Stored data:
--------------------------------

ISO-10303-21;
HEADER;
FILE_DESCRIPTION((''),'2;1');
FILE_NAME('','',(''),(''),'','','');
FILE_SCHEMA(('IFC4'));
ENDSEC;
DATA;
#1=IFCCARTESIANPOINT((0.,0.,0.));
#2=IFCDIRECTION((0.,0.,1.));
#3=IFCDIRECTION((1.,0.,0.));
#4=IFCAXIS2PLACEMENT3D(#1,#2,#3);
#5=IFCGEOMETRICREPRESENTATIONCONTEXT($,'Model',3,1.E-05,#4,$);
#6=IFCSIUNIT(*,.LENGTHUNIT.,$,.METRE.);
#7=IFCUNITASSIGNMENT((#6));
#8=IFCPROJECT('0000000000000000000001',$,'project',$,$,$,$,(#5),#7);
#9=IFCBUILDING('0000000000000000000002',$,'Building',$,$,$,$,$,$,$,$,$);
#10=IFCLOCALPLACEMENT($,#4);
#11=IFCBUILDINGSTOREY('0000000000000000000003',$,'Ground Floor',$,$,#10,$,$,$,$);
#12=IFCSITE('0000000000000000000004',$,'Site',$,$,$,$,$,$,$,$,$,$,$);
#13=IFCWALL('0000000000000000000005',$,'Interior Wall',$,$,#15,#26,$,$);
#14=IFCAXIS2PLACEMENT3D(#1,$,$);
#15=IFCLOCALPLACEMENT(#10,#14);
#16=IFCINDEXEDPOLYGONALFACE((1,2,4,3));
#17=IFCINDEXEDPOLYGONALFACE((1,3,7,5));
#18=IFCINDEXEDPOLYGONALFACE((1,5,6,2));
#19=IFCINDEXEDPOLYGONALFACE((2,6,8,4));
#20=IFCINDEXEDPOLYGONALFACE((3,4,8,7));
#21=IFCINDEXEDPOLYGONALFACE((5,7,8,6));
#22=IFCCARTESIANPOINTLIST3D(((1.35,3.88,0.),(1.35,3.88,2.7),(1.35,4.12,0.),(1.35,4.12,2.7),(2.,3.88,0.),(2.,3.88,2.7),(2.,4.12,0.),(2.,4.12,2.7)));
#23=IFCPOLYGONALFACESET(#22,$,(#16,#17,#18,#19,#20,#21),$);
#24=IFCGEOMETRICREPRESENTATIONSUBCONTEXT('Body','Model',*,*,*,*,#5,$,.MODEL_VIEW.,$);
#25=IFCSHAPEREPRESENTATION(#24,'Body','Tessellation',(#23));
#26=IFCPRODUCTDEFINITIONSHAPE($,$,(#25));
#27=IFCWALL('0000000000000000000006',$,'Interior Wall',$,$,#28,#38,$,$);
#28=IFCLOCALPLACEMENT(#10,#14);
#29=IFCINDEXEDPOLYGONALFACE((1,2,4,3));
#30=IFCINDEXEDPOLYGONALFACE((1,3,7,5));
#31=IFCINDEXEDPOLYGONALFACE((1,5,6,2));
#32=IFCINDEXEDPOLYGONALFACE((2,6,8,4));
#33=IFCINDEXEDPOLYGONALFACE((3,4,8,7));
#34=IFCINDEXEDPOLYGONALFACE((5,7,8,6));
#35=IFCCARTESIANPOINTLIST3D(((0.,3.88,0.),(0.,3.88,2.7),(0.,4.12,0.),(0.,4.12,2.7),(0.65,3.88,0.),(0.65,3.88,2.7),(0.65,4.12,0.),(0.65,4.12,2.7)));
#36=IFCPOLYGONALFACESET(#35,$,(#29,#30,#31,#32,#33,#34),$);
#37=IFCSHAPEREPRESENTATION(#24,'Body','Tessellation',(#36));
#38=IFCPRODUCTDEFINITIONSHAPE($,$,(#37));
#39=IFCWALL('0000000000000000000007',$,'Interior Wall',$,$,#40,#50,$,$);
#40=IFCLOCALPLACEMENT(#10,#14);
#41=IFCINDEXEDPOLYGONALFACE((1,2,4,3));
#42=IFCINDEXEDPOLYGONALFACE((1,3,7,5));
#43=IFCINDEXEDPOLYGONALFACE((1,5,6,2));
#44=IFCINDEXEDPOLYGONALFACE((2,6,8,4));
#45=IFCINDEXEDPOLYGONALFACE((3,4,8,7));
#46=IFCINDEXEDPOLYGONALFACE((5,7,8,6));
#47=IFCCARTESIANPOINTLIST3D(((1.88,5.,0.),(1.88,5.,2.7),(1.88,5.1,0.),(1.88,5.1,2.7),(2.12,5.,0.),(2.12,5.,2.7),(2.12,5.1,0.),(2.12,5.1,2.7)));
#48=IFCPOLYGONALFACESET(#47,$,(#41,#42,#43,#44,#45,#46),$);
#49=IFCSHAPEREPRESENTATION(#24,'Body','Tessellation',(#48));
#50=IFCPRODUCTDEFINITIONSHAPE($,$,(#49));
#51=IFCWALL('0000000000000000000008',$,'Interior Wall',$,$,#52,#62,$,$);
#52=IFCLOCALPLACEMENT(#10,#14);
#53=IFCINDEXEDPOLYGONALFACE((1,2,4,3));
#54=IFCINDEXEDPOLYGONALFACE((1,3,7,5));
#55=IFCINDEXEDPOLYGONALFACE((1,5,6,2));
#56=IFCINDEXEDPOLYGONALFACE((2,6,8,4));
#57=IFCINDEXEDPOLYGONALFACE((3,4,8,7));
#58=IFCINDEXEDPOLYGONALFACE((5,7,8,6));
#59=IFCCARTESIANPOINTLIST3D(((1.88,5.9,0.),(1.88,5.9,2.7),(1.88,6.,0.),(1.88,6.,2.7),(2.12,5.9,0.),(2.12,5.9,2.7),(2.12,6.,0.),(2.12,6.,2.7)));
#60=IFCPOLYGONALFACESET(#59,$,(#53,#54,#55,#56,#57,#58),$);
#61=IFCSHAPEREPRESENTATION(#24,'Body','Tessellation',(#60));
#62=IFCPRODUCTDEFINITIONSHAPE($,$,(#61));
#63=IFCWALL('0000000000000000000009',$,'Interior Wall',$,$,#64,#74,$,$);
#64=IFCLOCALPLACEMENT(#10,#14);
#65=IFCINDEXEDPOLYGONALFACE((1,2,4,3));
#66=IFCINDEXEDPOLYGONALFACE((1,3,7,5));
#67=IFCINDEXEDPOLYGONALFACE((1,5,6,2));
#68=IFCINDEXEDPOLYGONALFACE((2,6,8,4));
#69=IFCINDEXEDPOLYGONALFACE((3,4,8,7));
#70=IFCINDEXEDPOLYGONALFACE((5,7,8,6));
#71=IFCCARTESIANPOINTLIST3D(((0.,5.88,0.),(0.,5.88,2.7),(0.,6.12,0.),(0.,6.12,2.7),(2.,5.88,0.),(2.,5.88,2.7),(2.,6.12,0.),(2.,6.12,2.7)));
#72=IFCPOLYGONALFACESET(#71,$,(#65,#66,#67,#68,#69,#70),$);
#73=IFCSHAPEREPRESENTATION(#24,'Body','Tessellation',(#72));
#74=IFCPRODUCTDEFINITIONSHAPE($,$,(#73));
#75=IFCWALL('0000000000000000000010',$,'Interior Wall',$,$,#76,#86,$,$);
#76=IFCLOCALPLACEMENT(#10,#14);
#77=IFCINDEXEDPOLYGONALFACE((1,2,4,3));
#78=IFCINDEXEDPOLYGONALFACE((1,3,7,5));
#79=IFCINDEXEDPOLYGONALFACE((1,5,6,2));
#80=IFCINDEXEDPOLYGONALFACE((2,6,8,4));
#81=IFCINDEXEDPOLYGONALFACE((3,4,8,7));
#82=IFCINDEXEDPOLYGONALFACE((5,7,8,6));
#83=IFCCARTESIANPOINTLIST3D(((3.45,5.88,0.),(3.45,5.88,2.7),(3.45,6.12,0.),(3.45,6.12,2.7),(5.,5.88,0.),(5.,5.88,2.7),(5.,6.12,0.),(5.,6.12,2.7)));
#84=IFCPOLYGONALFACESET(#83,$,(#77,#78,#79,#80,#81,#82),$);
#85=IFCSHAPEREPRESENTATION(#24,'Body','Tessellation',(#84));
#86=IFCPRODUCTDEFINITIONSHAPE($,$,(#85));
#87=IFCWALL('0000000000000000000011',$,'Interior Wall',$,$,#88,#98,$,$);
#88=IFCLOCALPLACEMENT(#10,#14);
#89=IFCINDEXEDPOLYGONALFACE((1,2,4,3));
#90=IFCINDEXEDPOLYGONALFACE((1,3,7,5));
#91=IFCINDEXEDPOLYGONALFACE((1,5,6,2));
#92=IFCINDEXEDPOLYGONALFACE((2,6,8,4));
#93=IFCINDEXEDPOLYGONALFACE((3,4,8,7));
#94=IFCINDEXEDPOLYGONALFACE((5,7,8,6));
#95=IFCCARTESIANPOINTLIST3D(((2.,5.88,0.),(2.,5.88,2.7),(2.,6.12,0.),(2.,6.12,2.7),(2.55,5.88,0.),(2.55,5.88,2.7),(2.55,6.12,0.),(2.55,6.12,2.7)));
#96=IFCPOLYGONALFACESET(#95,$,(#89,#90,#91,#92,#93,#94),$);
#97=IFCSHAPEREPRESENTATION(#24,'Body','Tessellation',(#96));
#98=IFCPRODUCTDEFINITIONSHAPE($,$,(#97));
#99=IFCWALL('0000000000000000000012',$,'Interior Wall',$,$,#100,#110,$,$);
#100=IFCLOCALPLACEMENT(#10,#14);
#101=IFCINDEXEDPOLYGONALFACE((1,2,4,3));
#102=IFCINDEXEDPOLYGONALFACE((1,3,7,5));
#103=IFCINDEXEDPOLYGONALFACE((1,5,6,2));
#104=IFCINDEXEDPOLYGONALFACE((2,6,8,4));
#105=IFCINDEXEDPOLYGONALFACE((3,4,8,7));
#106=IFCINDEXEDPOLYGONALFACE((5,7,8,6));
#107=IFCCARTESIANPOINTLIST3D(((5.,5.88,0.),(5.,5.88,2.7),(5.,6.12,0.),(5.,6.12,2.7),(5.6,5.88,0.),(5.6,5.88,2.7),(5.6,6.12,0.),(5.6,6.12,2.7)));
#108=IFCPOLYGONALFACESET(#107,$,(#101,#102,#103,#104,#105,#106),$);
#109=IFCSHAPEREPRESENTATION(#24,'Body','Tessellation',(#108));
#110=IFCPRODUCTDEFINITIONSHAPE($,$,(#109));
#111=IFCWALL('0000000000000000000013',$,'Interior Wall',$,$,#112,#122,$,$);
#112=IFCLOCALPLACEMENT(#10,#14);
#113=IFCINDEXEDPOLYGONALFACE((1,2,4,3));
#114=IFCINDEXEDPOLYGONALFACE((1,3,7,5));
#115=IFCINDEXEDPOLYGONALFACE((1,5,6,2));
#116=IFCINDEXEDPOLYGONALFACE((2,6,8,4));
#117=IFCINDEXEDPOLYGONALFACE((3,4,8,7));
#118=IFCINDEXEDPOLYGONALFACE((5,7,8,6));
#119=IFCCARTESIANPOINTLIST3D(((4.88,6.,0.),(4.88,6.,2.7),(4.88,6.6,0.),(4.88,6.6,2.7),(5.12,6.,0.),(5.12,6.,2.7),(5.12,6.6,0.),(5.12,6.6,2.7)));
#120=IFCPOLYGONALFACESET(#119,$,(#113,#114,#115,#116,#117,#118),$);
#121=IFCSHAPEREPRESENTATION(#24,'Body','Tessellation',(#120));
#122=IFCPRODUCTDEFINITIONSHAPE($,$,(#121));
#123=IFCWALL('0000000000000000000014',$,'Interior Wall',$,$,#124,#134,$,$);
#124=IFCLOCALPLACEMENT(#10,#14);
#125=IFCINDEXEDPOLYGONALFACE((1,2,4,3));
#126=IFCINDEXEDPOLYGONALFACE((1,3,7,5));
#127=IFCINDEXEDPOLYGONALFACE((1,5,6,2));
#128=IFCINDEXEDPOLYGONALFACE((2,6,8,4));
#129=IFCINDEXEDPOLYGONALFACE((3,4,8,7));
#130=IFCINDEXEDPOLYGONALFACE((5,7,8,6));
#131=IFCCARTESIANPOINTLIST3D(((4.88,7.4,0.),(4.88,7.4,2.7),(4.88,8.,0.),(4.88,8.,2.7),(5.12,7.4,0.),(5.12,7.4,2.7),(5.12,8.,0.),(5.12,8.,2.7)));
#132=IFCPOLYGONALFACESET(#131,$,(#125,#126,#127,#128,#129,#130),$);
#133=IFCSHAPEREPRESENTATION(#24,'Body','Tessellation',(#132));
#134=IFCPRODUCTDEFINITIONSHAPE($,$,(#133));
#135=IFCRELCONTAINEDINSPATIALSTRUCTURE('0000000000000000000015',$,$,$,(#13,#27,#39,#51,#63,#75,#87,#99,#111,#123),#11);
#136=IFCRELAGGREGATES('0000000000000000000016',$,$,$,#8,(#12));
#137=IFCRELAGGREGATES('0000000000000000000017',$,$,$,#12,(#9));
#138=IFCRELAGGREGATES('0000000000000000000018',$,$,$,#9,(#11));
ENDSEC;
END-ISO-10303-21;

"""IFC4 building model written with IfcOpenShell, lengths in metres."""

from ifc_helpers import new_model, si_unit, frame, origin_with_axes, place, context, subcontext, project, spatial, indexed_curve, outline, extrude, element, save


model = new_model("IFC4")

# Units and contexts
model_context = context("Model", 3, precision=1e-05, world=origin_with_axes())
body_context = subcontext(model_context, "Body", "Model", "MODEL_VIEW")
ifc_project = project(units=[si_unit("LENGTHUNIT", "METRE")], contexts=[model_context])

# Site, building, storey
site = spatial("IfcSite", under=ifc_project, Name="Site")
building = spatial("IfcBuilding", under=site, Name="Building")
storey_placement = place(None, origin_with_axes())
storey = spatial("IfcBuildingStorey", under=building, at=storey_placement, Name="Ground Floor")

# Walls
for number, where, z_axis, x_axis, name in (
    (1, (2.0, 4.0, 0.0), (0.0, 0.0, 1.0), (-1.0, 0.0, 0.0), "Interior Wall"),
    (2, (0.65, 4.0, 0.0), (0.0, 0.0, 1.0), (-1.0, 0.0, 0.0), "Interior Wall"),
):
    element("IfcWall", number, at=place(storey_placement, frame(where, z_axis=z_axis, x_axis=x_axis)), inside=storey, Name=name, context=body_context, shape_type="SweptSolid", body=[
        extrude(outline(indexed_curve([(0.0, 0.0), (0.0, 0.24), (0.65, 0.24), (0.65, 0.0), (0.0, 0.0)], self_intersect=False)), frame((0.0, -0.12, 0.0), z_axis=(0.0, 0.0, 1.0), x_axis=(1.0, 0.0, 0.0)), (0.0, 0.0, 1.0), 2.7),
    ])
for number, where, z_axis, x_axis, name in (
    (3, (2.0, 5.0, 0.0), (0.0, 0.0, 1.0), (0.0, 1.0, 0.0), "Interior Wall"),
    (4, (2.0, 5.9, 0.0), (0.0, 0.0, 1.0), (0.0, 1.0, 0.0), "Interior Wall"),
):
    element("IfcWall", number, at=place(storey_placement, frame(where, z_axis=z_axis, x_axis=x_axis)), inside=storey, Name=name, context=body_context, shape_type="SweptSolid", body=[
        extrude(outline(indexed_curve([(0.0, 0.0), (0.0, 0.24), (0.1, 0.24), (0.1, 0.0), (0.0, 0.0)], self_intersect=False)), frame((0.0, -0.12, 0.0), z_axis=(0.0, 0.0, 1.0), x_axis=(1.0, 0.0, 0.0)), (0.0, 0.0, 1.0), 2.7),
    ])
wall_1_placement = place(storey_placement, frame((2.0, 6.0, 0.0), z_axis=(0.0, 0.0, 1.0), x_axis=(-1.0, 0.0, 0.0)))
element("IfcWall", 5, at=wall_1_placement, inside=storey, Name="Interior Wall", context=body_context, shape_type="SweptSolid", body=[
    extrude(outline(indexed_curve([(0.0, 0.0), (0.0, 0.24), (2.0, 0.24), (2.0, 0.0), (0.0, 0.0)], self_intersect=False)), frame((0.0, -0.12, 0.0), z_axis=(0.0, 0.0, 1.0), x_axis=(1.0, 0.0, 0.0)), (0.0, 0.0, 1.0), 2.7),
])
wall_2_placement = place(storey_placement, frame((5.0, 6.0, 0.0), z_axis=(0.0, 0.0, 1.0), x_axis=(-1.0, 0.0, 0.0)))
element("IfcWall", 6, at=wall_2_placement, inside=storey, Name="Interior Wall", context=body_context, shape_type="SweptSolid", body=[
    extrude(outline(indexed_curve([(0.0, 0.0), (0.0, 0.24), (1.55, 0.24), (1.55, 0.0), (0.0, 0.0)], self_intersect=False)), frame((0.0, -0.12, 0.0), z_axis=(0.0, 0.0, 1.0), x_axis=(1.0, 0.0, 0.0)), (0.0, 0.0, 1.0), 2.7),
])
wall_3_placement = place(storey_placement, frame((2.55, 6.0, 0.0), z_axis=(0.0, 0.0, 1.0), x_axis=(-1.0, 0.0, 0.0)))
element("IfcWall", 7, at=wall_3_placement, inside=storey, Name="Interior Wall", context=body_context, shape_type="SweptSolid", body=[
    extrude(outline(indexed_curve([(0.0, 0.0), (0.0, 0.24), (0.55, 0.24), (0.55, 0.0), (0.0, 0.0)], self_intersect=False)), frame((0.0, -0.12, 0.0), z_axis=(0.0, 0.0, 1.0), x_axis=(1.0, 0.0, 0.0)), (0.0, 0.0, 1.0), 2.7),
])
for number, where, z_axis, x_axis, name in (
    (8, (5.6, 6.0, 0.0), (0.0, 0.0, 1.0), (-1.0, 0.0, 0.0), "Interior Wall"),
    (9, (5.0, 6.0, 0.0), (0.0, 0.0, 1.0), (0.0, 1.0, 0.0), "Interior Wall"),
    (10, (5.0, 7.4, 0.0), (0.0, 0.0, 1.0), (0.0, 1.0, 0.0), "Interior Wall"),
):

--------------------------------

All that is wanted is an exact copy of the lines above from the one with "#20=IFCINDEXEDPOLYGONALFACE((3,4,8,7));" through the one with "#23=IFCPOLYGONALFACESET(#22,$,(#16,#17,#18,#19,#20,#21),$);", with both ends included.

#20=IFCINDEXEDPOLYGONALFACE((3,4,8,7));
#21=IFCINDEXEDPOLYGONALFACE((5,7,8,6));
#22=IFCCARTESIANPOINTLIST3D(((1.35,3.88,0.),(1.35,3.88,2.7),(1.35,4.12,0.),(1.35,4.12,2.7),(2.,3.88,0.),(2.,3.88,2.7),(2.,4.12,0.),(2.,4.12,2.7)));
#23=IFCPOLYGONALFACESET(#22,$,(#16,#17,#18,#19,#20,#21),$);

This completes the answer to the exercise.